5/10
Acceptable coupling makes a barely acceptable viewing
16 December 2002
Bearing in mind that `In Love and War' is just not in the same league as that gigantic masterpiece `Gandhi' (1982) (qv), we can accept that his directing of this film is adequate. The film is not overly romantic and does not dwell too heavily on secondary matters.

Evidently here Chris O'Donnell enjoys a better coupling with Sandra Bullock than he does with Drew Barrymore in the recently seen `Mad Love' (1995) (qv). The chemistry between O'Donnell and Bullock seems to work here better, and thus makes this film just about acceptable viewing.
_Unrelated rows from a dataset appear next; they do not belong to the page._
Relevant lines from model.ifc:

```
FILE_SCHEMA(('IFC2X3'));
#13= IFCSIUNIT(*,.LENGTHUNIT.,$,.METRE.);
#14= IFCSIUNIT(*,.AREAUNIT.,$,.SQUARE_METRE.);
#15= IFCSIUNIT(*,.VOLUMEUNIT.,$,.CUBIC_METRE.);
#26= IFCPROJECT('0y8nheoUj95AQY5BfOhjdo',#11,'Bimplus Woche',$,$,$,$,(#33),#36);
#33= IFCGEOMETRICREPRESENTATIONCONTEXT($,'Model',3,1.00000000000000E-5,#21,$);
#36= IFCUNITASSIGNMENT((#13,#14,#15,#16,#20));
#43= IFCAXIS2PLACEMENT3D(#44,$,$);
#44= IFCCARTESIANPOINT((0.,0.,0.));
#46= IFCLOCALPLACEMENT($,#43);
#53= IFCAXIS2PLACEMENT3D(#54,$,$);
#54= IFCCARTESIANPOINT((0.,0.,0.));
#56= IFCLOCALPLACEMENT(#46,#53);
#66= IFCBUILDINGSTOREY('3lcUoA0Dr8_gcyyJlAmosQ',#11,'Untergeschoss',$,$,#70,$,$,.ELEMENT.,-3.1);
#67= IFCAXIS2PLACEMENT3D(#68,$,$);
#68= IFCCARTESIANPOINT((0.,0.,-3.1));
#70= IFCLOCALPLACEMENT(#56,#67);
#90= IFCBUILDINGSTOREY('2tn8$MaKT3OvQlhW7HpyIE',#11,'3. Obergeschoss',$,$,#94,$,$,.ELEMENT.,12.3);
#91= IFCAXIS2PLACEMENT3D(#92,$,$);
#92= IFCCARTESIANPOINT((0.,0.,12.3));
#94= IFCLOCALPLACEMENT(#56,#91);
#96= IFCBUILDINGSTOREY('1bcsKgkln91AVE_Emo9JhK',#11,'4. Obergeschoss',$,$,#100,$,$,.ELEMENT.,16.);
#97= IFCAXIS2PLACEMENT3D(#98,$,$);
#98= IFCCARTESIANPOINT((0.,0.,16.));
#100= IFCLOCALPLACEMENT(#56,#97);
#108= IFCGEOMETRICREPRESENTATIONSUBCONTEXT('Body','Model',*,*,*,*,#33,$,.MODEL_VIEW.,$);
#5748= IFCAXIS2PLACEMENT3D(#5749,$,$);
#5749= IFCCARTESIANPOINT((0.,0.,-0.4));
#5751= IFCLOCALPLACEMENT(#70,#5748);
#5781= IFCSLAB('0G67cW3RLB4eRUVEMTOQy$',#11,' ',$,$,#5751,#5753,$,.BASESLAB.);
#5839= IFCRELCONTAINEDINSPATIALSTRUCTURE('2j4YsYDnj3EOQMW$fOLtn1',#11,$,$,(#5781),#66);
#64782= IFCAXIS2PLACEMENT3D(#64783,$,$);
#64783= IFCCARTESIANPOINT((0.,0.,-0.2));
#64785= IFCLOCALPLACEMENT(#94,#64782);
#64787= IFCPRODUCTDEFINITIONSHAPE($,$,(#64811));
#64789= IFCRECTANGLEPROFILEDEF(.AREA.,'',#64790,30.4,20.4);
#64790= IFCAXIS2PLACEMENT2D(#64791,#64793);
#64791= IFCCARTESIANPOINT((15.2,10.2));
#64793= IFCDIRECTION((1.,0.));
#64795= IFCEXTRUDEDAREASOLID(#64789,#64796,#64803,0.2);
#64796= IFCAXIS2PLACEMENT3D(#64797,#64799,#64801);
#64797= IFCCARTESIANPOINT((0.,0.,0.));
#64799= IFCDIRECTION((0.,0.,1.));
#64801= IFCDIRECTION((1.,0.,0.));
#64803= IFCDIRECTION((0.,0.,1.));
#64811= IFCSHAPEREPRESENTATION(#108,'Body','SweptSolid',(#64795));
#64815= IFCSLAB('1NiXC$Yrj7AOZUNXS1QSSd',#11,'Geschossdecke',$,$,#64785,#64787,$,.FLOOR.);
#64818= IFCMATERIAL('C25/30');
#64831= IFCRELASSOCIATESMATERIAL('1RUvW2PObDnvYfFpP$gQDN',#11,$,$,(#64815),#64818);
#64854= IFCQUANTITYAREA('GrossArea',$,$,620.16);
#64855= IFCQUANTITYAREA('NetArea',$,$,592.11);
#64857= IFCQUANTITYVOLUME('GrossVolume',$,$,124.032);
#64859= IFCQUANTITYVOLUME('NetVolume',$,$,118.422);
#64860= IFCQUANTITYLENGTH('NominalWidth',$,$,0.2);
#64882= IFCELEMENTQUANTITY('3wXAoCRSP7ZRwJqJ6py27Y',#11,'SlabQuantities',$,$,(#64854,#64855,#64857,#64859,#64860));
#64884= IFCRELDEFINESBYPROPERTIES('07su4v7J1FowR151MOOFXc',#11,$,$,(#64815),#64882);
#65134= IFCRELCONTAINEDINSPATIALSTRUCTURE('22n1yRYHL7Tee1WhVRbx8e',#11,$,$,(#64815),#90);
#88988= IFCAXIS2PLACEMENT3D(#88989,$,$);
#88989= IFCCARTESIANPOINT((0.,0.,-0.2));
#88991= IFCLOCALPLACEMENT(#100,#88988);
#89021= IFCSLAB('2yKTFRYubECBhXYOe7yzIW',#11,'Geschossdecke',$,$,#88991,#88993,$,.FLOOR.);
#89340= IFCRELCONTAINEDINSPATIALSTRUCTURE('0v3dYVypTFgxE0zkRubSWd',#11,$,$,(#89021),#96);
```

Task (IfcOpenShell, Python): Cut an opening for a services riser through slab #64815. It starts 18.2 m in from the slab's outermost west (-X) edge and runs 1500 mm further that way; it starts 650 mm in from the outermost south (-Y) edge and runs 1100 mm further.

```python
import numpy as np
import ifcopenshell
import ifcopenshell.api.feature
import ifcopenshell.api.geometry
import ifcopenshell.api.pset
import ifcopenshell.api.root
import ifcopenshell.geom
import ifcopenshell.util.element
import ifcopenshell.util.placement
import ifcopenshell.util.representation
import ifcopenshell.util.shape
import ifcopenshell.util.unit

model = ifcopenshell.open("model.ifc")
unit_scale = ifcopenshell.util.unit.calculate_unit_scale(model)
area_scale = ifcopenshell.util.unit.calculate_unit_scale(model, "AREAUNIT")
volume_scale = ifcopenshell.util.unit.calculate_unit_scale(model, "VOLUMEUNIT")
settings = ifcopenshell.geom.settings()


def volume(element):
    """Net volume in cubic metres, openings subtracted."""
    shape = ifcopenshell.geom.create_shape(settings, element)
    return ifcopenshell.util.shape.get_volume(shape.geometry)


slab = model.by_guid("1NiXC$Yrj7AOZUNXS1QSSd")
before = volume(slab)

# Extent in the slab's own axes, in metres. The edges named are its -X and -Y sides.
slab_shape = ifcopenshell.geom.create_shape(settings, slab)
vertices = ifcopenshell.util.shape.get_vertices(slab_shape.geometry)
x_min, y_min, bottom = vertices.min(axis=0)
top = vertices[:, 2].max()

opening = ifcopenshell.api.root.create_entity(model, ifc_class="IfcOpeningElement", name="Services riser opening")
context = ifcopenshell.util.representation.get_context(model, "Model", "Body", "MODEL_VIEW")
width, depth = 1.5, 1.1
outline = [(0.0, 0.0), (width, 0.0), (width, depth), (0.0, depth), (0.0, 0.0)]
# Overshoot both faces by 50 mm so the cut is clean.
shape = ifcopenshell.api.geometry.add_slab_representation(
    model, context=context, depth=top - bottom + 0.1, polyline=outline
)
ifcopenshell.api.geometry.assign_representation(model, product=opening, representation=shape)

matrix = ifcopenshell.util.placement.get_local_placement(slab.ObjectPlacement)
matrix[:, 3] = matrix @ np.append(np.array([x_min + 18.2, y_min + 0.65, bottom - 0.05]) / unit_scale, 1.0)
ifcopenshell.api.geometry.edit_object_placement(model, product=opening, matrix=matrix, is_si=False)
ifcopenshell.api.feature.add_feature(model, feature=opening, element=slab)

after = volume(slab)

# Update the slab's stored quantities.
qto = model.by_id(ifcopenshell.util.element.get_pset(slab, "SlabQuantities", should_inherit=False)["id"])
ifcopenshell.api.pset.edit_qto(model, qto=qto, properties={
    "NetArea": after / (top - bottom) / area_scale,
    "NetVolume": after / volume_scale,
})

print(f"slab volume {before:.3f} -> {after:.3f} m3")

model.write("model_edited.ifc")
```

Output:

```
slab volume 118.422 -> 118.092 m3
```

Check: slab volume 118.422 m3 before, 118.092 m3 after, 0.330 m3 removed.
Based on Ernest Hemingway's experiences in Italy in World War I (see also `A Farewell to Arms') but here adapted with contributions by Henry Villard to whom the film is dedicated `in memoriam', one cannot help thinking that even an eighteen-year-old Hemingway was somewhat different in character to how he is portrayed here. Hemingway was an insufferable egoist, very macho, and largely unable to come to terms with himself, and so his honesty and sincerity simply vanished into a cloud of drink-laden macho expostulations. He never became a great writer. The only time we get close to anything authentic is in his short novel `The Snows of Kilimanjaro', where, using his experience of having had gangrene, he was able to tell a story which shed the veneer of bravura which Hemingway generally carried around with him as part of his well-travelled suitcase luggage. If you are into bullfighting, obviously his book `Death in the Afternoon' is obligatory reference, however dated it may be by now.

Oh, by the way, parts of this film were shot in Veneto, and thus in a few places where that great TV series of 1982 `Verdi' was also made.